▶ **Dataset**:
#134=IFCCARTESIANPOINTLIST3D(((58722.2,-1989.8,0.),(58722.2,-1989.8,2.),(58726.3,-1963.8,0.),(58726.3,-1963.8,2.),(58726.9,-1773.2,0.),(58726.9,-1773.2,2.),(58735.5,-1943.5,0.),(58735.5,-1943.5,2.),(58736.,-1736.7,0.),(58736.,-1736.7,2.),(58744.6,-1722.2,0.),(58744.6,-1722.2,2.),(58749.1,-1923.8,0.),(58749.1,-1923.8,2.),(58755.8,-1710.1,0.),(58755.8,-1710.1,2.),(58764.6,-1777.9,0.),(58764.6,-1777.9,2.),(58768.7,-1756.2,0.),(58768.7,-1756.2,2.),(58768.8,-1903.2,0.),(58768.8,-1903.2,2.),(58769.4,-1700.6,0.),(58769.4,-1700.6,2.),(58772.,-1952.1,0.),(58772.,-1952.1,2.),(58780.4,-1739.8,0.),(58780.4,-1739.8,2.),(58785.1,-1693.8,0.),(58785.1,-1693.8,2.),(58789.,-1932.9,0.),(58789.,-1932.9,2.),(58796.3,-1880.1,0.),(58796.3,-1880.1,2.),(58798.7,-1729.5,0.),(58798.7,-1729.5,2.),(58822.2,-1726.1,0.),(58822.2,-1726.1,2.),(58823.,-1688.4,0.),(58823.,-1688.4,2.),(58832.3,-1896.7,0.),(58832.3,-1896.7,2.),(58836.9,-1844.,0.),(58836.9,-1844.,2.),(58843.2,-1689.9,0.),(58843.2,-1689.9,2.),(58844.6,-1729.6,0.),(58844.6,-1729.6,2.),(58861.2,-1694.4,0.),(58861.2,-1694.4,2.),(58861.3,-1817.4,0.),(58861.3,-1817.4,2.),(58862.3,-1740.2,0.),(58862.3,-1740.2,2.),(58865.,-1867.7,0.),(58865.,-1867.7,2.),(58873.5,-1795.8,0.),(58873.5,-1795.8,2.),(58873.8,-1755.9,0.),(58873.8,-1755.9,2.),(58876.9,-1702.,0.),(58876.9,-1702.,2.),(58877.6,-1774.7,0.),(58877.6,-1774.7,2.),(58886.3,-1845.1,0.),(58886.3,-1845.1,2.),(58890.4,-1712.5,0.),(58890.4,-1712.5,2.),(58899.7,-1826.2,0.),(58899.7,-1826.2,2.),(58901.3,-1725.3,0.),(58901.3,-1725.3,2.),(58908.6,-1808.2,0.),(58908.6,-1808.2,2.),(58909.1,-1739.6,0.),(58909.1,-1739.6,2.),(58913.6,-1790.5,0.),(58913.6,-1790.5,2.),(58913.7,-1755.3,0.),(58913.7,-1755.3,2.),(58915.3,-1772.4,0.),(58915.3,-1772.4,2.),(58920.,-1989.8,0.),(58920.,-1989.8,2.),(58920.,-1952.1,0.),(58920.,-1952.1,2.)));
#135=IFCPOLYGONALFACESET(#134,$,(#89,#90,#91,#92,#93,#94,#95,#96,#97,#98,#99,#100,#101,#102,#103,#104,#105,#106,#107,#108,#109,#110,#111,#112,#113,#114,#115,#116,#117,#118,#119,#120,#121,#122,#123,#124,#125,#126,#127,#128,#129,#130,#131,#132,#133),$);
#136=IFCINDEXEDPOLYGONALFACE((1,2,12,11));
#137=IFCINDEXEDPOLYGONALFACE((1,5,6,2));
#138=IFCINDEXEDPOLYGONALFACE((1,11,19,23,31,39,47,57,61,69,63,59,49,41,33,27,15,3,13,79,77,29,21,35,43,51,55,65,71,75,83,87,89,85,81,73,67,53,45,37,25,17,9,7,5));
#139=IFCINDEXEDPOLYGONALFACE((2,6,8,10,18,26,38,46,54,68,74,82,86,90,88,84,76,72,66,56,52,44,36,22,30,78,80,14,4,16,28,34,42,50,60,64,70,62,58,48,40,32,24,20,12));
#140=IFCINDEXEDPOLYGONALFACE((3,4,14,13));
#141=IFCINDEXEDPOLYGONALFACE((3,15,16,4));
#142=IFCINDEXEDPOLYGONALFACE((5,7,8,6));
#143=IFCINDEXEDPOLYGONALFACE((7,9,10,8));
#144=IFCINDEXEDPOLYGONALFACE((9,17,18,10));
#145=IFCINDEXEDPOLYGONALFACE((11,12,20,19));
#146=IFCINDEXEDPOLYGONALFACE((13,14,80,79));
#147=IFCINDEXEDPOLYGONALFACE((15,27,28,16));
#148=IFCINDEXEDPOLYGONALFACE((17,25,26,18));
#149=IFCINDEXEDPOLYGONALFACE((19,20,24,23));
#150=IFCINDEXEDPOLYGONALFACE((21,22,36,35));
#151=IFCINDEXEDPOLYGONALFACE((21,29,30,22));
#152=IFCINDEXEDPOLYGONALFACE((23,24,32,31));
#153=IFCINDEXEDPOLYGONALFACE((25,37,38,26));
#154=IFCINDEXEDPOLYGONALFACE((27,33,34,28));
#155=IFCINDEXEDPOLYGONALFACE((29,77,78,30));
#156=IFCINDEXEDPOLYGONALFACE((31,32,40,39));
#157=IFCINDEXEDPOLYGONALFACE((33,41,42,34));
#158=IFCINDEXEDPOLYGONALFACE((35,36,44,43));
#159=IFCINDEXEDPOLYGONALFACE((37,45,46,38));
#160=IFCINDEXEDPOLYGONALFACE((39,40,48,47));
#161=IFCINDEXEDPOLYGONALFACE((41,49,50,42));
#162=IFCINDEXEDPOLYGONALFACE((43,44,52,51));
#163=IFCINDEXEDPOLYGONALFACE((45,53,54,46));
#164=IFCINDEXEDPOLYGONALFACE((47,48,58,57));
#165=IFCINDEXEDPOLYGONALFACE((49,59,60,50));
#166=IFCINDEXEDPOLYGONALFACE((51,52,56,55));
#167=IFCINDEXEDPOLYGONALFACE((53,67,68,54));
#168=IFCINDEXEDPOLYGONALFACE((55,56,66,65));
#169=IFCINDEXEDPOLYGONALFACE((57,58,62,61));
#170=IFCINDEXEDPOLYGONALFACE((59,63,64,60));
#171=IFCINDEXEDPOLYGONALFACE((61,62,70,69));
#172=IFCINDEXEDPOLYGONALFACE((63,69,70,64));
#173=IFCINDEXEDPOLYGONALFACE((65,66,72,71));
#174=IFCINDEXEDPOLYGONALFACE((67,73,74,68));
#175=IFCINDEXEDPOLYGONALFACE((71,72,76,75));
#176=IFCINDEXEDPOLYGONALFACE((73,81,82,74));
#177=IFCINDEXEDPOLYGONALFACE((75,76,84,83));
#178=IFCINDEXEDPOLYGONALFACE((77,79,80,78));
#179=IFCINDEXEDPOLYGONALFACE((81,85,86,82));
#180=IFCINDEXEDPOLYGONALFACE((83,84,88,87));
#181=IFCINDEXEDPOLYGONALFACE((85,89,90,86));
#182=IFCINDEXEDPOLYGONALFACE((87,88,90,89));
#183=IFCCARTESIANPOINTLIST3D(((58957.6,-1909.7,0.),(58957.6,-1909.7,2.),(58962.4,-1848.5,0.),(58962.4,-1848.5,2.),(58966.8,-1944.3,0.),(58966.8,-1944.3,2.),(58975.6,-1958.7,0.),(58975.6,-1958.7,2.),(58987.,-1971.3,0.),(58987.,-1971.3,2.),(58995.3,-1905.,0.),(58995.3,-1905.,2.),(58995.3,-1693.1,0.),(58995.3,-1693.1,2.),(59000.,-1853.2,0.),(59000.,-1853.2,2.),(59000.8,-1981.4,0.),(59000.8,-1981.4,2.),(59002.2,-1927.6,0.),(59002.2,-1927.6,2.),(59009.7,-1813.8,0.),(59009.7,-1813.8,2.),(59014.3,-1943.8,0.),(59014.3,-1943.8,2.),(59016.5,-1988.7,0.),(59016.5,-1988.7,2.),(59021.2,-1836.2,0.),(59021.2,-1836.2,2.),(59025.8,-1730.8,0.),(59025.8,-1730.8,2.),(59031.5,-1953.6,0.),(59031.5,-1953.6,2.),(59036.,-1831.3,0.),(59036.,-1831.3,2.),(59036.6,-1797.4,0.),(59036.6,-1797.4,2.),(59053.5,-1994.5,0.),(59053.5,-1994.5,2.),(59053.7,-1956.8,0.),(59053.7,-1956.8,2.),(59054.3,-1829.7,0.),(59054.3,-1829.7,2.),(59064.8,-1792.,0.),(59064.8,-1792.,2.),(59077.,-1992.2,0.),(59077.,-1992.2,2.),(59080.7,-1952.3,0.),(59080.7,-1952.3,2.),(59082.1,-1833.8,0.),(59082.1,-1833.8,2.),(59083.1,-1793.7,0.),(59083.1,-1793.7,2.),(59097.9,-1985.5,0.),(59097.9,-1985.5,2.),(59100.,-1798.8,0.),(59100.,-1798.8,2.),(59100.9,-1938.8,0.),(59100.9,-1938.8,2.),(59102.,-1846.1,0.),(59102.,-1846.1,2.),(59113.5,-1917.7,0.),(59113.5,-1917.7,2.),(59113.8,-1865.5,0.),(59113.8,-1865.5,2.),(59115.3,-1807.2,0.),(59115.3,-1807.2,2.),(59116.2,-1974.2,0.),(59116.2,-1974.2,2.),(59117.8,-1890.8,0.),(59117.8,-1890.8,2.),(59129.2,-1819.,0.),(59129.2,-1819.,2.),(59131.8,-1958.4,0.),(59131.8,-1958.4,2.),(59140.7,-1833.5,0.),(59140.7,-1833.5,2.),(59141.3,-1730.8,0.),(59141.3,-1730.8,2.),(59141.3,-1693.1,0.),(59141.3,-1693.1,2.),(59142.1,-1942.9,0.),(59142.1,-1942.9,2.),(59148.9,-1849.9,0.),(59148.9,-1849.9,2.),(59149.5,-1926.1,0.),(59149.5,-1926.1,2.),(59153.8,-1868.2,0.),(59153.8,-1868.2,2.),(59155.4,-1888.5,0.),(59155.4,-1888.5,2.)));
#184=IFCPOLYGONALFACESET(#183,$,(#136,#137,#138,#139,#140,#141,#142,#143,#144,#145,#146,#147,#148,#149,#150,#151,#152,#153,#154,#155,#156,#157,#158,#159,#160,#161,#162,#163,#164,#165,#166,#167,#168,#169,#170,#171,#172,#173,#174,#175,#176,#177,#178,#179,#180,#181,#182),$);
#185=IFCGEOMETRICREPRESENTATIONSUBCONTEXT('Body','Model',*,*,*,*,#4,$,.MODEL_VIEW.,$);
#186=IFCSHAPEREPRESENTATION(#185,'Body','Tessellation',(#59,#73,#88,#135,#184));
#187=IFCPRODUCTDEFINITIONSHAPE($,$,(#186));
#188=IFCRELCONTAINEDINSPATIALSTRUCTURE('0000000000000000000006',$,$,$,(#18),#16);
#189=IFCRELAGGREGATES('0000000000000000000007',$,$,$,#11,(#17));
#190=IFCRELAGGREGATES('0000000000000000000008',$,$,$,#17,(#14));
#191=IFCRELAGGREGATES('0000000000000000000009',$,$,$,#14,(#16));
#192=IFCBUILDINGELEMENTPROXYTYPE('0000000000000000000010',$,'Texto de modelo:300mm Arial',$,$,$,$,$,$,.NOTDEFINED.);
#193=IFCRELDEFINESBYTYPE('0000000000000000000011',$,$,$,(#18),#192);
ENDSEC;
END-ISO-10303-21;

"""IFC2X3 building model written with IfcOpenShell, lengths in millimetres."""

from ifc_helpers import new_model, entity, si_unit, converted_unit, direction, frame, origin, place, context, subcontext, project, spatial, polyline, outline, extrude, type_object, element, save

▶ **What is being asked**: Each line in the listing above that contains "Body" should be copied.

▶ **Written solution**:
#185=IFCGEOMETRICREPRESENTATIONSUBCONTEXT('Body','Model',*,*,*,*,#4,$,.MODEL_VIEW.,$);
#186=IFCSHAPEREPRESENTATION(#185,'Body','Tessellation',(#59,#73,#88,#135,#184));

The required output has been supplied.